ATTENTION. C'est une action de l'esprit qui fixe la pensée sur un objet et l'y attache; au contraire de la dissipation, qui la dérobe à ellemême; de la rêverie, qui la laisse aller au hasard sur mille objets, dont aucun ne l'arrête; et de la distraction, qui l'amuse loin de l'objet qui la doit

occuper.

L'attention donne à l'esprit une fécondité surprenante et bien souvent inespérée : c'est peutêtre le plus grand secret de l'art, le plus grand moyen du génie (1). Ce que tout le monde aperçoit d'un coup-d'oeil dans la nature n'a rien de piquant dans l'imitation : le charme de celle-ci consiste à nous frapper de mille traits intéressants qui nous avaient échappé; or c'est l'attention qui les saisit, et qui, changée en habitude, distingue le regard pénétrant de l'artiste, du regard distrait, vague et confus de la multitude.

Il n'est pas bien décidé que le poëte, dont les peintures vous ravissent par la nouveauté des détails et leur vérité singulière, soit né avec plus

(1) Inter ingenium et diligentiam perpaululum loci reliquum est arti. (De Orat.)
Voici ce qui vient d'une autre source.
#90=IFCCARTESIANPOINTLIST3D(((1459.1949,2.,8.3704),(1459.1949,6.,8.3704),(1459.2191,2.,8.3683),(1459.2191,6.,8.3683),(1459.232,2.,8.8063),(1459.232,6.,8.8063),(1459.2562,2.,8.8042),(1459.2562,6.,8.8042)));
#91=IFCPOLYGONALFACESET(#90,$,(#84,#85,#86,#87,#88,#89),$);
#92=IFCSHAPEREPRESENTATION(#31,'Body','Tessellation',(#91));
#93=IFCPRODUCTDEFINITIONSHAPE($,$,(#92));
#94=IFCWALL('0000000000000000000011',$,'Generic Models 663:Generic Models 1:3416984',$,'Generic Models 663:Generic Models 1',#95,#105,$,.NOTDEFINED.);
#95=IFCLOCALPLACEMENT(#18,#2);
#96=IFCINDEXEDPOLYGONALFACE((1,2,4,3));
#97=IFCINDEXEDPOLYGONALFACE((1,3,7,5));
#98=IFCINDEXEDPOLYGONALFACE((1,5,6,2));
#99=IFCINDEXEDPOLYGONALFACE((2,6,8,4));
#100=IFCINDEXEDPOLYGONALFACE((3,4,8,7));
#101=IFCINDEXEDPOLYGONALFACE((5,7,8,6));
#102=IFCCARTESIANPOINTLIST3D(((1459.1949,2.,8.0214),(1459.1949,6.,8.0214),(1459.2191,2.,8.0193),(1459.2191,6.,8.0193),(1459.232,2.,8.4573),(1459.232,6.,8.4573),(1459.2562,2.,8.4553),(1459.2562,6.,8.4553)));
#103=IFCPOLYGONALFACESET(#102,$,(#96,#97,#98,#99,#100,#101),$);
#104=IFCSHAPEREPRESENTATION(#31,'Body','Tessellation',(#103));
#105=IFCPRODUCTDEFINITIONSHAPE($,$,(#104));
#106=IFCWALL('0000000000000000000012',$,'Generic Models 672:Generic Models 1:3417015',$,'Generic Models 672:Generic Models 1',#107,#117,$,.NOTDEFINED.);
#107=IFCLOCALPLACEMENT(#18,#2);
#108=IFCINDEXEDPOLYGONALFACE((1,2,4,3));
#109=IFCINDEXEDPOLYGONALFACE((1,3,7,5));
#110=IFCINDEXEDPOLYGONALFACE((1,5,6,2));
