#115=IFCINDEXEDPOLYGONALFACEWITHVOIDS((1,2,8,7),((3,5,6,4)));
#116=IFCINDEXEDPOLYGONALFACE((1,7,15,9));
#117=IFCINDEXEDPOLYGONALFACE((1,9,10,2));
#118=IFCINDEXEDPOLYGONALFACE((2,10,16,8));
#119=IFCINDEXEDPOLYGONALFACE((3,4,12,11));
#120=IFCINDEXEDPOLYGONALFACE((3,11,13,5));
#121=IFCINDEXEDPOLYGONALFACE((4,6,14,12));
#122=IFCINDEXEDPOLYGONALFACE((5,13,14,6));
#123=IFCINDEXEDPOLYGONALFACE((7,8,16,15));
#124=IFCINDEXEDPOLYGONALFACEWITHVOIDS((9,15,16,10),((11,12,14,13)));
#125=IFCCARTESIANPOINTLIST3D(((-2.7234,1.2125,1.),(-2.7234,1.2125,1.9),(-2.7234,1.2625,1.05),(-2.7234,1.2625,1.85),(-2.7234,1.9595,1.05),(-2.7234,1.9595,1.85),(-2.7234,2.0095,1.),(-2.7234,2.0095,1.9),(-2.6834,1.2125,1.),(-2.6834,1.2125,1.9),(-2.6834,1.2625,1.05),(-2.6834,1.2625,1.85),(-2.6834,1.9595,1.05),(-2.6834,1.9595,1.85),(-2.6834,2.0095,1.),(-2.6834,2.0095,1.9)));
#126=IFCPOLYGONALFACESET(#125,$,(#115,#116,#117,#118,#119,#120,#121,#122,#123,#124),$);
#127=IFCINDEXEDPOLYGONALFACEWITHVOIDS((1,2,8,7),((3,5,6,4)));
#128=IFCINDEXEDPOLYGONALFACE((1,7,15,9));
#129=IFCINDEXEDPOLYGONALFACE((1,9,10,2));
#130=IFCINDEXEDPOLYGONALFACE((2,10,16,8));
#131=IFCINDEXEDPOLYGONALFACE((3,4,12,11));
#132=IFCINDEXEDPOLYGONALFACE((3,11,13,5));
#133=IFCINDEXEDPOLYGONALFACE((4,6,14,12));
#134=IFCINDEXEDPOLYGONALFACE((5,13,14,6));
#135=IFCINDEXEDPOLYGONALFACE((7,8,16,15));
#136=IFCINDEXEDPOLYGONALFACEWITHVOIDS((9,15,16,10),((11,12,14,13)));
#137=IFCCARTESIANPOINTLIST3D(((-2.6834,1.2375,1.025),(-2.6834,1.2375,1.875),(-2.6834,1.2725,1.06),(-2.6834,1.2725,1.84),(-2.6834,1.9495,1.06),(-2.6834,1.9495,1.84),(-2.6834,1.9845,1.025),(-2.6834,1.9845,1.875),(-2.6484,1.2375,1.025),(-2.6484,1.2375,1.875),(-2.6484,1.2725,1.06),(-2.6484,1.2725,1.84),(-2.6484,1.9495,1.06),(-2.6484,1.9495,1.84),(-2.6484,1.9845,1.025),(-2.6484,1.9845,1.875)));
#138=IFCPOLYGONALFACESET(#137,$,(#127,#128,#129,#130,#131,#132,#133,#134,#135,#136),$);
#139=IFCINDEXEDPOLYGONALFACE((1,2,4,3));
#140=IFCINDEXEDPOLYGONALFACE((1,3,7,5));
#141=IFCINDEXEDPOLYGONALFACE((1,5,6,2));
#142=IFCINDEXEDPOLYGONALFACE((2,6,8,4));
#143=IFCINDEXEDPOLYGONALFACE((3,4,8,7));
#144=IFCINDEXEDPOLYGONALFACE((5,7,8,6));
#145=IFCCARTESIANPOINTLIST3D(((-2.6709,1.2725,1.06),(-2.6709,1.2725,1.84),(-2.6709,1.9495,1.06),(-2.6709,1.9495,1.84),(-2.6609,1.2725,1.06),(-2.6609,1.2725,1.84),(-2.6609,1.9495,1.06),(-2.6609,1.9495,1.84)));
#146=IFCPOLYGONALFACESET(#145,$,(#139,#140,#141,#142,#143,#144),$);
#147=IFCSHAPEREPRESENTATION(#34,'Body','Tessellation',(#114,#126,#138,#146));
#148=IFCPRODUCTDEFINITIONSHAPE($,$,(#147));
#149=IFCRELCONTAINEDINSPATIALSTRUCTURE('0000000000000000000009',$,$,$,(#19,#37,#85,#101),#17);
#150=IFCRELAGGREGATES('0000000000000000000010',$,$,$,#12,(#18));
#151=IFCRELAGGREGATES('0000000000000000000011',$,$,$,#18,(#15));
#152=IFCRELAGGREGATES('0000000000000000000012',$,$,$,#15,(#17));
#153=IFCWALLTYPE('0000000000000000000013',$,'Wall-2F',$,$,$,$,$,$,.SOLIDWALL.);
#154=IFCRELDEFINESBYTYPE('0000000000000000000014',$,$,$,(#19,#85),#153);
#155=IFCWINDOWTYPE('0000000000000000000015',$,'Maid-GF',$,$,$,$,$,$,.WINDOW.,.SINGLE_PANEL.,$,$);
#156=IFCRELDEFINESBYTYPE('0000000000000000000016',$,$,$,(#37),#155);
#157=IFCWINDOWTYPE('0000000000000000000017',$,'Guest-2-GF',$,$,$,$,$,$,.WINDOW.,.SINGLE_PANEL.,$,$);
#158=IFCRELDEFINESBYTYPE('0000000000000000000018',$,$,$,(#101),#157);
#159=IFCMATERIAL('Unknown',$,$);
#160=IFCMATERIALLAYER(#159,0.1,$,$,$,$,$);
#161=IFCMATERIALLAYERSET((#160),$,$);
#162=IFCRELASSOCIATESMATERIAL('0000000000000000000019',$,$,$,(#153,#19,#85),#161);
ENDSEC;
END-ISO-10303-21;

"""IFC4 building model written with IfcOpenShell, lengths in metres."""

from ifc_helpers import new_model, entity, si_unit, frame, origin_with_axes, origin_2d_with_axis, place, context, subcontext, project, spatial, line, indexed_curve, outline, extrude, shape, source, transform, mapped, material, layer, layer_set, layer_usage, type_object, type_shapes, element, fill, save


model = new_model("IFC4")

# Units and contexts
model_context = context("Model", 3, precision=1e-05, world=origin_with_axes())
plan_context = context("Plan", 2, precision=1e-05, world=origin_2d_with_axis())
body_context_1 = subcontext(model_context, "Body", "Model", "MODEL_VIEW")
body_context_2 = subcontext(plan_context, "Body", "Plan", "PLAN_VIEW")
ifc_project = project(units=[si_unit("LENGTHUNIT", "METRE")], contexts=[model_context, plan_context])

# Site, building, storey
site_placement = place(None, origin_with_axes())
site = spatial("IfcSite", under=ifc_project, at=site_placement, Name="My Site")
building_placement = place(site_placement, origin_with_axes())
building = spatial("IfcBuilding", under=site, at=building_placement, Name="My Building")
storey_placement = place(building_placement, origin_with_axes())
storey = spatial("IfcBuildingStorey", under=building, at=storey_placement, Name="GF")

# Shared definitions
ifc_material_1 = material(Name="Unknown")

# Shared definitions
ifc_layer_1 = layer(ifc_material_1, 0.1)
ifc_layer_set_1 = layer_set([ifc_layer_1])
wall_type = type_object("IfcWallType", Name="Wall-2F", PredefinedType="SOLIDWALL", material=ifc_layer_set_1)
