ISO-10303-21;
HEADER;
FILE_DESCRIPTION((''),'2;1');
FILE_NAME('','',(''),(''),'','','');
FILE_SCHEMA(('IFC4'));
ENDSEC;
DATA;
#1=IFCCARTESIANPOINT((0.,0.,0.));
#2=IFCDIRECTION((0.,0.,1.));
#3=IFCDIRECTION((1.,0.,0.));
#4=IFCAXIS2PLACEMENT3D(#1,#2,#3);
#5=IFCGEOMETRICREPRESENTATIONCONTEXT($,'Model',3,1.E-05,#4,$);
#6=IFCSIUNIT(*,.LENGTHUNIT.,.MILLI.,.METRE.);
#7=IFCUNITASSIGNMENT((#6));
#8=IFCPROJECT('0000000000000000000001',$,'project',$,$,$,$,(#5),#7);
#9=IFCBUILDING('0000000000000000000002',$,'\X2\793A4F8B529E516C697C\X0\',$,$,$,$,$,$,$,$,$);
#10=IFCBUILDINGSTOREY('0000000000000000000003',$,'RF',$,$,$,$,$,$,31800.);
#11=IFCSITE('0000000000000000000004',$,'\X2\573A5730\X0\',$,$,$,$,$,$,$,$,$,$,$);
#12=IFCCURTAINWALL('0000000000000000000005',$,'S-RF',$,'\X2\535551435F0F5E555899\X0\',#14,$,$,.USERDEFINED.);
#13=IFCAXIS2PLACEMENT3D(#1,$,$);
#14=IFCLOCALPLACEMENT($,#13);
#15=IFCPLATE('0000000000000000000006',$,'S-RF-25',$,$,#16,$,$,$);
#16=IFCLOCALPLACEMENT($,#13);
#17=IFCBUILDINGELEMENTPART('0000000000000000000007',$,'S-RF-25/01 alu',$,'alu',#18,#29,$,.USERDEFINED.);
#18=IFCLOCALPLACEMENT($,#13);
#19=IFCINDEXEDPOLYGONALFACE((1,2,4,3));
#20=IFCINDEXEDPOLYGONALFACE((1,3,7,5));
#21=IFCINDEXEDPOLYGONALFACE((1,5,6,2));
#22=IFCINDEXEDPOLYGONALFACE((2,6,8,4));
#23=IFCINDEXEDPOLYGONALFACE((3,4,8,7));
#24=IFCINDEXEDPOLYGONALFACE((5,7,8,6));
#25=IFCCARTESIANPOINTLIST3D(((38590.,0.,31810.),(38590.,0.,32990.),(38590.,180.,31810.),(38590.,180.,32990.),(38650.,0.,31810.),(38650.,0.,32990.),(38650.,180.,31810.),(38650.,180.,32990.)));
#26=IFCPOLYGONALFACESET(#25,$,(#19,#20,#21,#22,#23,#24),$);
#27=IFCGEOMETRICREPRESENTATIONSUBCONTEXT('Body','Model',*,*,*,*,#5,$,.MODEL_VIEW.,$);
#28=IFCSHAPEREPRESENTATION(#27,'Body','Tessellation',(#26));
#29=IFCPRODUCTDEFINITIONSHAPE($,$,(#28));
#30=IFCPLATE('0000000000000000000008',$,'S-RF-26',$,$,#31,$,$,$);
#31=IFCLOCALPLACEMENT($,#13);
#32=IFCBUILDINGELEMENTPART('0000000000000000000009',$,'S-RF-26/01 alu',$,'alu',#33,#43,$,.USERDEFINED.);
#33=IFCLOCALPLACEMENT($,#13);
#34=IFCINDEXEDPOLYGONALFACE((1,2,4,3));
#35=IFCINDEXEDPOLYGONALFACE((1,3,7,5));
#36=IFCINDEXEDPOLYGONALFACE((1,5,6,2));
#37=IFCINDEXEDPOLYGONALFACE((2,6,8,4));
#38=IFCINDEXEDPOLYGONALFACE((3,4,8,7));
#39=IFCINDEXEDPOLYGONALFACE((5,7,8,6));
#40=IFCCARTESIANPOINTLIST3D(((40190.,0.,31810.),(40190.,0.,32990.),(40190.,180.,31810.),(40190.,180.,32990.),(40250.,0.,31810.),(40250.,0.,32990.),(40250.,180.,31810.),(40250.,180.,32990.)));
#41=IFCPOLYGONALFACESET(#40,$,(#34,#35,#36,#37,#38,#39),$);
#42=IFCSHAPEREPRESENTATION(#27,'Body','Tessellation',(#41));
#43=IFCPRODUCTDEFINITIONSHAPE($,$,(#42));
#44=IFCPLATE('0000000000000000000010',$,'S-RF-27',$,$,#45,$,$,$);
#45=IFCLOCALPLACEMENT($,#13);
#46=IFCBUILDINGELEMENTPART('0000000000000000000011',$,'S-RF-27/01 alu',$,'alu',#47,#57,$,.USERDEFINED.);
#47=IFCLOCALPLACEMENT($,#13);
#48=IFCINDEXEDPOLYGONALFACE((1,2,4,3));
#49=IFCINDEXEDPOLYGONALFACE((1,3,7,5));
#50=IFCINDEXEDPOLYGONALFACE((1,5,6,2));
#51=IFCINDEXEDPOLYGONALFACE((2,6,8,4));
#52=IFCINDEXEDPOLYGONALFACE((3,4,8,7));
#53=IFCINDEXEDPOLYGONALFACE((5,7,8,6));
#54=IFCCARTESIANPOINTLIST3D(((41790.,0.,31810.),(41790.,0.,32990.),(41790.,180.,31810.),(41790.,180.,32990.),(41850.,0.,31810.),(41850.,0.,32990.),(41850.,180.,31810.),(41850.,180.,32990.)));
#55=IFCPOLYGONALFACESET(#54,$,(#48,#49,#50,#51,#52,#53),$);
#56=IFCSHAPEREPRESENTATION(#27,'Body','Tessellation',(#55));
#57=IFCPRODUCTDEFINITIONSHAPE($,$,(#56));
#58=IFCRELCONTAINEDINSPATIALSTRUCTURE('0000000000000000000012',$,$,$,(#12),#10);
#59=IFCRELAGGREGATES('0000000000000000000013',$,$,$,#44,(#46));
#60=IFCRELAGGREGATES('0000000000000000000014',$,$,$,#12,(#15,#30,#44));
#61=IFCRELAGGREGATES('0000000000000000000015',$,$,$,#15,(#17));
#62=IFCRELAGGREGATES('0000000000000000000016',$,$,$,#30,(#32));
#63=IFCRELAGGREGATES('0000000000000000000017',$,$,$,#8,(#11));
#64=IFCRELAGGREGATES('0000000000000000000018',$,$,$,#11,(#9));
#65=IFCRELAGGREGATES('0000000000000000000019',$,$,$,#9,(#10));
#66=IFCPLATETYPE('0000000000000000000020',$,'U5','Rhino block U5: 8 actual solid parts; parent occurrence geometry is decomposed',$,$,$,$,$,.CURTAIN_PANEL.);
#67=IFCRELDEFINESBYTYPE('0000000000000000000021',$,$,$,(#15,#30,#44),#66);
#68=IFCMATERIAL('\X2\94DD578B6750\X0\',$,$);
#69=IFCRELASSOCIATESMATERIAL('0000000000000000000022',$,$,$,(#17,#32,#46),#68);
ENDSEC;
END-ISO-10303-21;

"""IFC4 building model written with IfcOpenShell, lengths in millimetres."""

from ifc_helpers import new_model, si_unit, frame, frame_2d, origin, origin_with_axes, place, context, subcontext, project, spatial, rectangle, extrude, source, transform, mapped, material, type_object, element, aggregate, save


model = new_model("IFC4")

# Units and contexts
model_context = context("Model", 3, precision=1e-05, world=origin_with_axes())
body_context = subcontext(model_context, "Body", "Model", "MODEL_VIEW")
ifc_project = project(units=[si_unit("LENGTHUNIT", "METRE", prefix="MILLI")], contexts=[model_context])

# Site, building, storey
site = spatial("IfcSite", under=ifc_project, Name="场地")
building = spatial("IfcBuilding", under=site, Name="示例办公楼")
storey = spatial("IfcBuildingStorey", under=building, Name="RF", Elevation=31800.0)

# Curtain wall, plates, building element parts
curtain_wall = element("IfcCurtainWall", 1, inside=storey, Name="S-RF", ObjectType="单元式幕墙", PredefinedType="USERDEFINED")
plate_type = type_object("IfcPlateType", Name="U5", Description="Rhino block U5: 8 actual solid parts; parent occurrence geometry is decomposed", PredefinedType="CURTAIN_PANEL")
plate_1_placement = place(None, frame((38590.0, 0.0, 31810.0), z_axis=(0.0, 0.0, 1.0), x_axis=(1.0, 0.0, 0.0)))
plate_1 = element("IfcPlate", 2, at=plate_1_placement, type_object=plate_type, Name="S-RF-25")
ifc_material_1 = material(Name="铝型材")
shared_shape_1 = source(origin(), body_context, "Body", "SweptSolid", [
    extrude(rectangle(XDim=60.0, YDim=180.0, at=frame_2d((30.0, 90.0))), origin(), (0.0, 0.0, 1.0), 1180.0),
])
building_element_part_1_placement = place(plate_1_placement, origin())
building_element_part_1 = element("IfcBuildingElementPart", 3, at=building_element_part_1_placement, material=ifc_material_1, Name="S-RF-25/01 alu", ObjectType="alu", PredefinedType="USERDEFINED", context=body_context, shape_type="MappedRepresentation", body=[
    mapped(shared_shape_1, transform((0.0, 0.0, 0.0))),
])
plate_2_placement = place(None, frame((40190.0, 0.0, 31810.0), z_axis=(0.0, 0.0, 1.0), x_axis=(1.0, 0.0, 0.0)))
plate_2 = element("IfcPlate", 4, at=plate_2_placement, type_object=plate_type, Name="S-RF-26")
building_element_part_2_placement = place(plate_2_placement, origin())
building_element_part_2 = element("IfcBuildingElementPart", 5, at=building_element_part_2_placement, material=ifc_material_1, Name="S-RF-26/01 alu", ObjectType="alu", PredefinedType="USERDEFINED", context=body_context, shape_type="MappedRepresentation", body=[
    mapped(shared_shape_1, transform((0.0, 0.0, 0.0))),
])
plate_3_placement = place(None, frame((41790.0, 0.0, 31810.0), z_axis=(0.0, 0.0, 1.0), x_axis=(1.0, 0.0, 0.0)))
plate_3 = element("IfcPlate", 6, at=plate_3_placement, type_object=plate_type, Name="S-RF-27")
building_element_part_3_placement = place(plate_3_placement, origin())
building_element_part_3 = element("IfcBuildingElementPart", 7, at=building_element_part_3_placement, material=ifc_material_1, Name="S-RF-27/01 alu", ObjectType="alu", PredefinedType="USERDEFINED", context=body_context, shape_type="MappedRepresentation", body=[
    mapped(shared_shape_1, transform((0.0, 0.0, 0.0))),
])
aggregate(plate_3, [building_element_part_3])
aggregate(curtain_wall, [plate_1, plate_2, plate_3])
aggregate(plate_1, [building_element_part_1])
aggregate(plate_2, [building_element_part_2])

save(model, "model.ifc")
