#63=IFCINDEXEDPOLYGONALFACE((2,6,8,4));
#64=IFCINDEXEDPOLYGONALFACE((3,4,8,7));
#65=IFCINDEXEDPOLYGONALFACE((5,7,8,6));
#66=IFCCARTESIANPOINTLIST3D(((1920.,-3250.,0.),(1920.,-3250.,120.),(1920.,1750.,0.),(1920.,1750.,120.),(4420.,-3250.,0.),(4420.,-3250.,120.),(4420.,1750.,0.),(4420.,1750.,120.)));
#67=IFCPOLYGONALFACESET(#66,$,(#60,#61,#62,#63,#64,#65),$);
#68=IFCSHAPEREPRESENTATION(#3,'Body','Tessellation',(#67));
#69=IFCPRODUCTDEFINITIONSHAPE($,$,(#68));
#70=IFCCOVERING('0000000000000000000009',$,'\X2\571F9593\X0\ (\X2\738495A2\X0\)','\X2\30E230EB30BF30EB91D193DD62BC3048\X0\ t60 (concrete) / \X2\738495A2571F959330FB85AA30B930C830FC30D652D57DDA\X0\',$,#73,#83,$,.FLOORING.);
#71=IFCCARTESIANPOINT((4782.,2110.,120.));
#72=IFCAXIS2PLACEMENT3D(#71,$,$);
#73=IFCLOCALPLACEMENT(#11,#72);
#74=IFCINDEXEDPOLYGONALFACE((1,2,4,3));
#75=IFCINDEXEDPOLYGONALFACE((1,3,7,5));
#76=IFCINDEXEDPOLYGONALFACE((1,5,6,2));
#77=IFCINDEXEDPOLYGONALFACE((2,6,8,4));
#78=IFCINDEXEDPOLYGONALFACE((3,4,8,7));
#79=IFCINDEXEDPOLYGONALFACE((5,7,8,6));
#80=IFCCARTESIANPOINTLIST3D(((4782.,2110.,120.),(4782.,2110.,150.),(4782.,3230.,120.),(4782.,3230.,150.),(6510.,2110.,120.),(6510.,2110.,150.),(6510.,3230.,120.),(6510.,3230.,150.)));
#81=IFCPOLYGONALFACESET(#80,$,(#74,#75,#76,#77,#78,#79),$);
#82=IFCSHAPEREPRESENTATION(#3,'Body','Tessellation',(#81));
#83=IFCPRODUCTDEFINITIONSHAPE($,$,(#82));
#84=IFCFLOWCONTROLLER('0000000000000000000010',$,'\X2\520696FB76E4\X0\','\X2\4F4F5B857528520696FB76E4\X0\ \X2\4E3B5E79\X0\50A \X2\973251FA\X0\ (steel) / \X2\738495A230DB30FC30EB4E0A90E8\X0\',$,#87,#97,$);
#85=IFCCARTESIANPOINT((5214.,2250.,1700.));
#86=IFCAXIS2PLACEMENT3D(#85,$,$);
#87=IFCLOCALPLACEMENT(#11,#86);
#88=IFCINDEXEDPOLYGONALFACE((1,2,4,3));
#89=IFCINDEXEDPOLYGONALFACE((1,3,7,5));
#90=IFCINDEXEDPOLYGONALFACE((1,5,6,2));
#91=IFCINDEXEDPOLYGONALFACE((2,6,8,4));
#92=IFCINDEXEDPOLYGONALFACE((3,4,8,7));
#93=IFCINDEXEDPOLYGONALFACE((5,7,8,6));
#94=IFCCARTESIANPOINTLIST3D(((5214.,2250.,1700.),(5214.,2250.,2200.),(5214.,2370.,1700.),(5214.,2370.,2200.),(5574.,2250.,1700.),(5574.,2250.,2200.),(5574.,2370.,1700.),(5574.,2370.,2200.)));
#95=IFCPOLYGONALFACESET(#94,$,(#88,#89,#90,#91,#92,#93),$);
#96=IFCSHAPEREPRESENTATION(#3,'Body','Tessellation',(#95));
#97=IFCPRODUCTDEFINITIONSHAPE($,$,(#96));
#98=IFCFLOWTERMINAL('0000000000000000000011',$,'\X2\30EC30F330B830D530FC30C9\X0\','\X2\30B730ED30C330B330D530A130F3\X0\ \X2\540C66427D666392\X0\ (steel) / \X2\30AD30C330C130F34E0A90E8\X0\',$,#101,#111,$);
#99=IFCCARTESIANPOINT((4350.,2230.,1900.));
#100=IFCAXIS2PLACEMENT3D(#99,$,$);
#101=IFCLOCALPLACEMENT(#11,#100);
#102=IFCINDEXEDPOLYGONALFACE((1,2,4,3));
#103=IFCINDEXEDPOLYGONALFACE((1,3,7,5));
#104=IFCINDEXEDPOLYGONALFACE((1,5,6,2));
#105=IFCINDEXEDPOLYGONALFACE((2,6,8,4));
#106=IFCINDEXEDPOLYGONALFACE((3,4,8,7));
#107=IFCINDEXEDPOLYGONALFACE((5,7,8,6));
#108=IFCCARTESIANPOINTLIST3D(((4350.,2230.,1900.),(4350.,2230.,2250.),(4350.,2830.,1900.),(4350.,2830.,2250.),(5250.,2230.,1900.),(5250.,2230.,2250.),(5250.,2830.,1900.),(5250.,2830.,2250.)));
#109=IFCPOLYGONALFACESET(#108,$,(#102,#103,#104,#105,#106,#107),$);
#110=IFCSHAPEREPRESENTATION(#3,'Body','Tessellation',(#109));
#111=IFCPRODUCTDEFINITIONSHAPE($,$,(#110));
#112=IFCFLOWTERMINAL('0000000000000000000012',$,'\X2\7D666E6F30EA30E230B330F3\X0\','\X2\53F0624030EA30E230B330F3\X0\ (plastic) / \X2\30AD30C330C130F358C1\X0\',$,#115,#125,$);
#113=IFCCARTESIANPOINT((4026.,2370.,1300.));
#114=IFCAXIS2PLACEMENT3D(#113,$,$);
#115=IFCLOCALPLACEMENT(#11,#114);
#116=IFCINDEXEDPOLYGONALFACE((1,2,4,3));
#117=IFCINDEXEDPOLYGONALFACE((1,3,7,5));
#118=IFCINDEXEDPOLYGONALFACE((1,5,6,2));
de talent que vous pour imiter la nature : vous l'auriez peinte comme lui, si vous l'aviez étudiée avec là même attention que lui; mais tandis que vos yeux se promènent sans réflexion, comme sans dessein, sur ce qui se passe autour de vous; les siens ne cessent d'épier la nature, et d'observer ce qui lui échappe de singulier et de piquant.

Lorsque l'attention se porte sur ce qui se passe au-dedans de nous-mêmes, elle s'appelle réflexion; et lorsque la réflexion est profonde et long-temps fixe, elle s'appelle méditation : c'est la source des grandes pensées. Rien de superficiel n'est rare; rien de commun n'est précieux : c'est en creusant que le génie s'enrichit des trésors cachés dans les entrailles de la nature, semblable au chêne que nous peint Virgile, qui, plus il étend ses racines, plus il élève ses rameaux.

B.

BALLADE. Petit poëme régulier, composé de trois couplets et d'un envoi, en vers égaux, avec un refrain, c'est-à-dire avec le retour du même vers à la fin des couplets, ainsi qu'à la fin de l'envoi.

Dans la ballade, les trois couplets sont symétriquement égaux, soit pour le nombre des vers, soit pour l'enlacement des rimes. C'est une stance de huit, de dix, de douze vers, en deux parties. L'envoi n'en est qu'une moitié, et il répond communément à la seconde partie de la stance. Les parties correspondantes des trois couplets sont sur les mêmes rimes; et l'envoi conserve les rimes de la partie à laquelle il répond.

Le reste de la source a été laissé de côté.